+++ Input records

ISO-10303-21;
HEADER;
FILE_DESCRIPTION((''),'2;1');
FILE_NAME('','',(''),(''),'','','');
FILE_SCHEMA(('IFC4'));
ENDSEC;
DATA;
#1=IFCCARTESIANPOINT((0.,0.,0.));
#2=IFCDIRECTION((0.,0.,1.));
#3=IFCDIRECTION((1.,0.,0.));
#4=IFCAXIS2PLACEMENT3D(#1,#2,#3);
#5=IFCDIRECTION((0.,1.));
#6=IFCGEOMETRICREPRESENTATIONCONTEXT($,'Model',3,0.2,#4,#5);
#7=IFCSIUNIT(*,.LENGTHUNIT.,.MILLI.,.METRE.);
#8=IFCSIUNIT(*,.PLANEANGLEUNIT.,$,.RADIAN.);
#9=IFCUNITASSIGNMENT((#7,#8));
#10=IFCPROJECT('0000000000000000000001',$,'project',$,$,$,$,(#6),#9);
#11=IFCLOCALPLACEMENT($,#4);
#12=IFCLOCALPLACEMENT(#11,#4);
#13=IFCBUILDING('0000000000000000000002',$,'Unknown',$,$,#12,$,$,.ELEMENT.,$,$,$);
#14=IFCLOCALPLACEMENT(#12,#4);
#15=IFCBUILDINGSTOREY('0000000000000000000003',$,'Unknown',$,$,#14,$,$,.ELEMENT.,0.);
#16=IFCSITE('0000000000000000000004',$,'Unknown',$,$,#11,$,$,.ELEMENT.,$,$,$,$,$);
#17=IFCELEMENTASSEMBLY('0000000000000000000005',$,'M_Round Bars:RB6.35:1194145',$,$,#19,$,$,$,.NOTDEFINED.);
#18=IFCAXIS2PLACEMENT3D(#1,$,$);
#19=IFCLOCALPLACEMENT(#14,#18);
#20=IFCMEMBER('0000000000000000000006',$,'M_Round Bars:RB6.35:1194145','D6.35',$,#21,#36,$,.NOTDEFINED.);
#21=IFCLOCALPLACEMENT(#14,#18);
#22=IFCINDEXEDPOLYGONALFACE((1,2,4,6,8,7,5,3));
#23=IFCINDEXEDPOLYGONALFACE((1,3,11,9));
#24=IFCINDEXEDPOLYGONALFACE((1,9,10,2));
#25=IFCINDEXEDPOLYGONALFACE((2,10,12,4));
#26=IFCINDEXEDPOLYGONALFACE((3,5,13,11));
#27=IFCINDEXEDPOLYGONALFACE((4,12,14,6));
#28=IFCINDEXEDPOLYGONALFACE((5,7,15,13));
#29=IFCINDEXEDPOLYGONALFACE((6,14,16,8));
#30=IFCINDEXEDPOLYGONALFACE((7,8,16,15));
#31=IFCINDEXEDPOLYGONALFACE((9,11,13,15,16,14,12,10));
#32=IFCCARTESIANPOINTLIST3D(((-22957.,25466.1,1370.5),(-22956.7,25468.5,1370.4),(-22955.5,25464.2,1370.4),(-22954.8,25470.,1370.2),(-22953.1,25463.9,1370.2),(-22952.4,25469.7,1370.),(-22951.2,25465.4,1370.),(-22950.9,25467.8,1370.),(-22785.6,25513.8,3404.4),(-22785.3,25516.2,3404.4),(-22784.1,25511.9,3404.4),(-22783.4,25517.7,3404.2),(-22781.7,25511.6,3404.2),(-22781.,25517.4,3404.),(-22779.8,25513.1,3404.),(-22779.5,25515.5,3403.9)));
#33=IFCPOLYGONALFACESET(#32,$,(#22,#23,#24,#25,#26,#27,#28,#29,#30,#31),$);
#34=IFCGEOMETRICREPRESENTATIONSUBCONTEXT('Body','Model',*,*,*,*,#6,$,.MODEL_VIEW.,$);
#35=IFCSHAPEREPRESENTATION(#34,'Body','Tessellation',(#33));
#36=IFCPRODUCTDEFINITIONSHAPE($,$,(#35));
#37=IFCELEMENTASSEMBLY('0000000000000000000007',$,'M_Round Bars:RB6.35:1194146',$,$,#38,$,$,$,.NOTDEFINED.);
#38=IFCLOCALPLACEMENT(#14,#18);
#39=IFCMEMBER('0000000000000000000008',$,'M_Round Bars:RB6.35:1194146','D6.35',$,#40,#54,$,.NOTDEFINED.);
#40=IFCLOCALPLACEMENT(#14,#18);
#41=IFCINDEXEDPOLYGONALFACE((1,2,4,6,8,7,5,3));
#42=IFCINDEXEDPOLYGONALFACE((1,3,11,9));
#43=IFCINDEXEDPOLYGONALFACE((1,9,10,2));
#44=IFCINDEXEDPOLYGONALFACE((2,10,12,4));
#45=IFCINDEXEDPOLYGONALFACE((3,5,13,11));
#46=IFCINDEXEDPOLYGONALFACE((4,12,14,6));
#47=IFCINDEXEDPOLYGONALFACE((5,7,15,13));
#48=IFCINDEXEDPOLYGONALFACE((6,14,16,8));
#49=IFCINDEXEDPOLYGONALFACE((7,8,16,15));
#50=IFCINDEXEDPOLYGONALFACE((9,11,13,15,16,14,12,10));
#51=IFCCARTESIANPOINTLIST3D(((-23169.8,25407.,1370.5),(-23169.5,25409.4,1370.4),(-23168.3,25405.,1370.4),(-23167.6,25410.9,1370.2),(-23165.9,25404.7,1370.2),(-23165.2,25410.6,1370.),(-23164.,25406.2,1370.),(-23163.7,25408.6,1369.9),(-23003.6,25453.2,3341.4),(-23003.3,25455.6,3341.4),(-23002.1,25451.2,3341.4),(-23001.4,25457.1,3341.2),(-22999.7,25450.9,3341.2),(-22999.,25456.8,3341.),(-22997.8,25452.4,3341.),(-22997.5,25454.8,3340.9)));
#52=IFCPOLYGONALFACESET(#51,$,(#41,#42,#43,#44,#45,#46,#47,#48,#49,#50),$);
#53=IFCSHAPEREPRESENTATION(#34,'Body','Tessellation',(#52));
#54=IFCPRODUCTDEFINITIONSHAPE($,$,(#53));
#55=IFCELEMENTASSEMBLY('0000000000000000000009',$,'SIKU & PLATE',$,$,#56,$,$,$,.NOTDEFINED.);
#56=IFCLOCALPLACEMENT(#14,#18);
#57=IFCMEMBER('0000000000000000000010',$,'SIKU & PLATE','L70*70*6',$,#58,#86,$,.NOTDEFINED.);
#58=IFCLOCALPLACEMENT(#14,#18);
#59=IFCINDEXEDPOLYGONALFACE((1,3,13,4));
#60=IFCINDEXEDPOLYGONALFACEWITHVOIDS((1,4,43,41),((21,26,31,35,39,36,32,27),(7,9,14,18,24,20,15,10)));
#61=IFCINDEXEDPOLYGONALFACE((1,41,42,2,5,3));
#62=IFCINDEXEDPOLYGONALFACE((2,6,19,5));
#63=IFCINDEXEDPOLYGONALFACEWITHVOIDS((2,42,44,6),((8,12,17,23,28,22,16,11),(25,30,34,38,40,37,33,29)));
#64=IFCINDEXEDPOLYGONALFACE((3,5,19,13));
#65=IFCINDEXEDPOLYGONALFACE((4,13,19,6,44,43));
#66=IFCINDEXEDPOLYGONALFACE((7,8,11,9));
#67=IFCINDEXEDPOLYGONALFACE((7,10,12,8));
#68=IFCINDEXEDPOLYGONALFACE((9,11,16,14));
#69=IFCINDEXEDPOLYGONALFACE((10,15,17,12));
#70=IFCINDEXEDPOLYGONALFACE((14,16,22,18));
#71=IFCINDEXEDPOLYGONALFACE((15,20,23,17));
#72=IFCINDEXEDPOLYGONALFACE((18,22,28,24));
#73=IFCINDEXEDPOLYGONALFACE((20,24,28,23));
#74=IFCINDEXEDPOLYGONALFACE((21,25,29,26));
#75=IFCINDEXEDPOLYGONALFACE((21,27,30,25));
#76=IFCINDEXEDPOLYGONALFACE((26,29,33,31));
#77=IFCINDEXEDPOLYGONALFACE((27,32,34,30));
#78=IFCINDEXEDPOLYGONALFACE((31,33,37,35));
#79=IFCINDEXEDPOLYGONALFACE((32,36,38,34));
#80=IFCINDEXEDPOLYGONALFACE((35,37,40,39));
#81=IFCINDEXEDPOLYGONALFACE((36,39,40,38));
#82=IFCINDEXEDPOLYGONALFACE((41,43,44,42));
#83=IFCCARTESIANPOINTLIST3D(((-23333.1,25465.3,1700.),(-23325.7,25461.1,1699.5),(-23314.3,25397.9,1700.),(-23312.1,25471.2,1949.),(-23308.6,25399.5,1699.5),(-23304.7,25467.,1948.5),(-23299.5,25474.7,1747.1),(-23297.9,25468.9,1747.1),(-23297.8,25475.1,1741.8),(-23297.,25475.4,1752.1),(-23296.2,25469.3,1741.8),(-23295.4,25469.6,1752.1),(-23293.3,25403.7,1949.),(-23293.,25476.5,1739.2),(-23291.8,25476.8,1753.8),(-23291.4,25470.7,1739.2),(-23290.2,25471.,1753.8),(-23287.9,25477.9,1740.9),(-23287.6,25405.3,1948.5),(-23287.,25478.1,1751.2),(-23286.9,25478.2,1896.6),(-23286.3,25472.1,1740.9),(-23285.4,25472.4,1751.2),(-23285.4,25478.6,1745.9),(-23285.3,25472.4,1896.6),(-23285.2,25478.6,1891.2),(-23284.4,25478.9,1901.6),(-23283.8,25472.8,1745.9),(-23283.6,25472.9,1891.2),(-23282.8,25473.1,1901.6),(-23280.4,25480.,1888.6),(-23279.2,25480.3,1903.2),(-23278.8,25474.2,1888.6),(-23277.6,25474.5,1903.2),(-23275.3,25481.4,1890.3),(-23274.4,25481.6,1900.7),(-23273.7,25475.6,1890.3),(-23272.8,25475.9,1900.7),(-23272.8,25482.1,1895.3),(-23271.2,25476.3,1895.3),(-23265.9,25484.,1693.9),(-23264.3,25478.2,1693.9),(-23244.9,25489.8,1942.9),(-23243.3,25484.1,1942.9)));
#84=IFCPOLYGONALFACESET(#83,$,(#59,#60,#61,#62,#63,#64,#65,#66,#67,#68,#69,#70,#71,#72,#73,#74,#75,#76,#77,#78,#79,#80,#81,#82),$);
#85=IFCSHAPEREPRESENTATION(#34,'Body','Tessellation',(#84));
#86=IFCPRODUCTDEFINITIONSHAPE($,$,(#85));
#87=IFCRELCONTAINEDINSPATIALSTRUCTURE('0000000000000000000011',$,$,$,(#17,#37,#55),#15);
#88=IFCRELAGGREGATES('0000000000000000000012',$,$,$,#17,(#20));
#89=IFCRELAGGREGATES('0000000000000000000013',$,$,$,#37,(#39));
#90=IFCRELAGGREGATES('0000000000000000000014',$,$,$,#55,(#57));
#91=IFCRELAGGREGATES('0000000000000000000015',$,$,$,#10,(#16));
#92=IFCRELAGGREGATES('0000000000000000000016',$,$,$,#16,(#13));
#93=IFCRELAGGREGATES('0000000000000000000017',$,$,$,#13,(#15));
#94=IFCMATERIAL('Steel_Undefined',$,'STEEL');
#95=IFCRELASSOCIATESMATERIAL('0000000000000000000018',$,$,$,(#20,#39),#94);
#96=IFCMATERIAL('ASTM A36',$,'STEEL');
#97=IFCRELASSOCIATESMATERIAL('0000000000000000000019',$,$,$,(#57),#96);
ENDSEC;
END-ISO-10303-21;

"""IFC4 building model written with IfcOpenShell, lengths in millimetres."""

from ifc_helpers import new_model, si_unit, direction, frame, origin_with_axes, place, context, subcontext, project, spatial, line, indexed_curve, outline, extrude, material, element, aggregate, save


model = new_model("IFC4")

# Units and contexts
model_context = context("Model", 3, precision=0.2, world=origin_with_axes(), true_north=direction((0.0, 1.0)))
body_context = subcontext(model_context, "Body", "Model", "MODEL_VIEW")
ifc_project = project(units=[si_unit("LENGTHUNIT", "METRE", prefix="MILLI"), si_unit("PLANEANGLEUNIT", "RADIAN")], contexts=[model_context])

# Site, building, storey
site_placement = place(None, origin_with_axes())
site = spatial("IfcSite", under=ifc_project, at=site_placement, Name="Unknown", CompositionType="ELEMENT")
building_placement = place(site_placement, origin_with_axes())
building = spatial("IfcBuilding", under=site, at=building_placement, Name="Unknown", CompositionType="ELEMENT")
storey_placement = place(building_placement, origin_with_axes())
storey = spatial("IfcBuildingStorey", under=building, at=storey_placement, Name="Unknown", CompositionType="ELEMENT", Elevation=0.0)

# Element assemblies, members
ifc_material_1 = material(Name="Steel_Undefined", Category="STEEL")
assembly_1_placement = place(storey_placement, frame((-22954.0, 25467.0, 1370.2), z_axis=(-0.267944, 0.963434, 0.0), x_axis=(0.083969, 0.023353, 0.996195)))
assembly_1 = element("IfcElementAssembly", 1, at=assembly_1_placement, inside=storey, Name="M_Round Bars:RB6.35:1194145", PredefinedType="NOTDEFINED")
member_1_placement = place(assembly_1_placement, origin_with_axes())
member_1 = element("IfcMember", 2, at=member_1_placement, material=ifc_material_1, Name="M_Round Bars:RB6.35:1194145", Description="D6.35", PredefinedType="NOTDEFINED", context=body_context, shape_type="SolidModel", body=[
    extrude(outline(indexed_curve([(3.2, 0.0), (2.2, 2.2), (0.0, 3.2), (-2.2, 2.2), (-3.2, 0.0), (-2.2, -2.2), (0.0, -3.2), (2.2, -2.2)], segments=[line(1, 2, 3, 4, 5, 6, 7, 8, 1)])), frame((0.0, 0.0, 0.0), z_axis=(-1.0, 0.0, 0.0), x_axis=(0.0, 0.0, 1.0)), (0.0, 0.0, -1.0), 2041.7),
])
aggregate(assembly_1, [member_1])
assembly_2_placement = place(storey_placement, frame((-23166.7, 25407.8, 1370.2), z_axis=(-0.267944, 0.963434, 0.0), x_axis=(0.083969, 0.023353, 0.996195)))
assembly_2 = element("IfcElementAssembly", 3, at=assembly_2_placement, inside=storey, Name="M_Round Bars:RB6.35:1194146", PredefinedType="NOTDEFINED")
member_2_placement = place(assembly_2_placement, origin_with_axes())
member_2 = element("IfcMember", 4, at=member_2_placement, material=ifc_material_1, Name="M_Round Bars:RB6.35:1194146", Description="D6.35", PredefinedType="NOTDEFINED", context=body_context, shape_type="SolidModel", body=[
    extrude(outline(indexed_curve([(3.2, 0.0), (2.2, 2.2), (0.0, 3.2), (-2.2, 2.2), (-3.2, 0.0), (-2.2, -2.2), (0.0, -3.2), (2.2, -2.2)], segments=[line(1, 2, 3, 4, 5, 6, 7, 8, 1)])), frame((0.0, 0.0, 0.0), z_axis=(-1.0, 0.0, 0.0), x_axis=(0.0, 0.0, 1.0)), (0.0, 0.0, -1.0), 1978.5),
])
aggregate(assembly_2, [member_2])

# Element assembly, member, voiding features
assembly_3_placement = place(storey_placement, frame((-23269.1, 25446.8, 1946.0), z_axis=(0.267944, -0.963434, 0.0), x_axis=(-0.083973, -0.023354, -0.996194)))
assembly_3 = element("IfcElementAssembly", 5, at=assembly_3_placement, inside=storey, Name="SIKU & PLATE", PredefinedType="NOTDEFINED")
ifc_material_2 = material(Name="ASTM A36", Category="STEEL")
member_3_placement = place(assembly_3_placement, origin_with_axes())
member_3 = element("IfcMember", 6, at=member_3_placement, material=ifc_material_2, Name="SIKU & PLATE", Description="L70*70*6", PredefinedType="NOTDEFINED", context=body_context, shape_type="SolidModel", body=[
    extrude(outline(indexed_curve([(-35.0, -35.0), (35.0, -35.0), (35.0, -29.0), (-29.0, -29.0), (-29.0, 35.0), (-35.0, 35.0)], segments=[line(1, 2, 3, 4, 5, 6, 1)])), frame((0.0, 0.0, 0.0), z_axis=(-1.0, 0.0, 0.0), x_axis=(0.0, 0.0, 1.0)), (0.0, 0.0, -1.0), 250.0),
])
voiding_feature_1_placement = place(member_3_placement, frame((200.0, 3.0, -35.5), z_axis=(-1.0, 0.0, 0.0), x_axis=(0.0, 0.0, 1.0)))
element("IfcVoidingFeature", 7, at=voiding_feature_1_placement, cuts=member_3, Name="BEAM", PredefinedType="HOLE", context=body_context, shape_type="SolidModel", body=[
    extrude(outline(indexed_curve([(7.4, 0.0), (5.2, 5.2), (0.0, 7.4), (-5.2, 5.2), (-7.4, 0.0), (-5.2, -5.2), (0.0, -7.4), (5.2, -5.2)], segments=[line(1, 2, 3, 4, 5, 6, 7, 8, 1)])), frame((0.0, 0.0, 0.0), z_axis=(-1.0, 0.0, 0.0), x_axis=(0.0, 0.0, 1.0)), (0.0, 0.0, -1.0), 7.0),
])
voiding_feature_2_placement = place(member_3_placement, frame((50.0, 3.0, -35.5), z_axis=(-1.0, 0.0, 0.0), x_axis=(0.0, 0.0, 1.0)))
element("IfcVoidingFeature", 8, at=voiding_feature_2_placement, cuts=member_3, Name="BEAM", PredefinedType="HOLE", context=body_context, shape_type="SolidModel", body=[
    extrude(outline(indexed_curve([(7.4, 0.0), (5.2, 5.2), (0.0, 7.4), (-5.2, 5.2), (-7.4, 0.0), (-5.2, -5.2), (0.0, -7.4), (5.2, -5.2)], segments=[line(1, 2, 3, 4, 5, 6, 7, 8, 1)])), frame((0.0, 0.0, 0.0), z_axis=(-1.0, 0.0, 0.0), x_axis=(0.0, 0.0, 1.0)), (0.0, 0.0, -1.0), 7.0),
])
aggregate(assembly_3, [member_3])

save(model, "model.ifc")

++++++

### Work to complete
When a line in the material above includes the word "IFCPRODUCTDEFINITIONSHAPE", copy that line.

### Result of the exercise
#36=IFCPRODUCTDEFINITIONSHAPE($,$,(#35));
#54=IFCPRODUCTDEFINITIONSHAPE($,$,(#53));
#86=IFCPRODUCTDEFINITIONSHAPE($,$,(#85));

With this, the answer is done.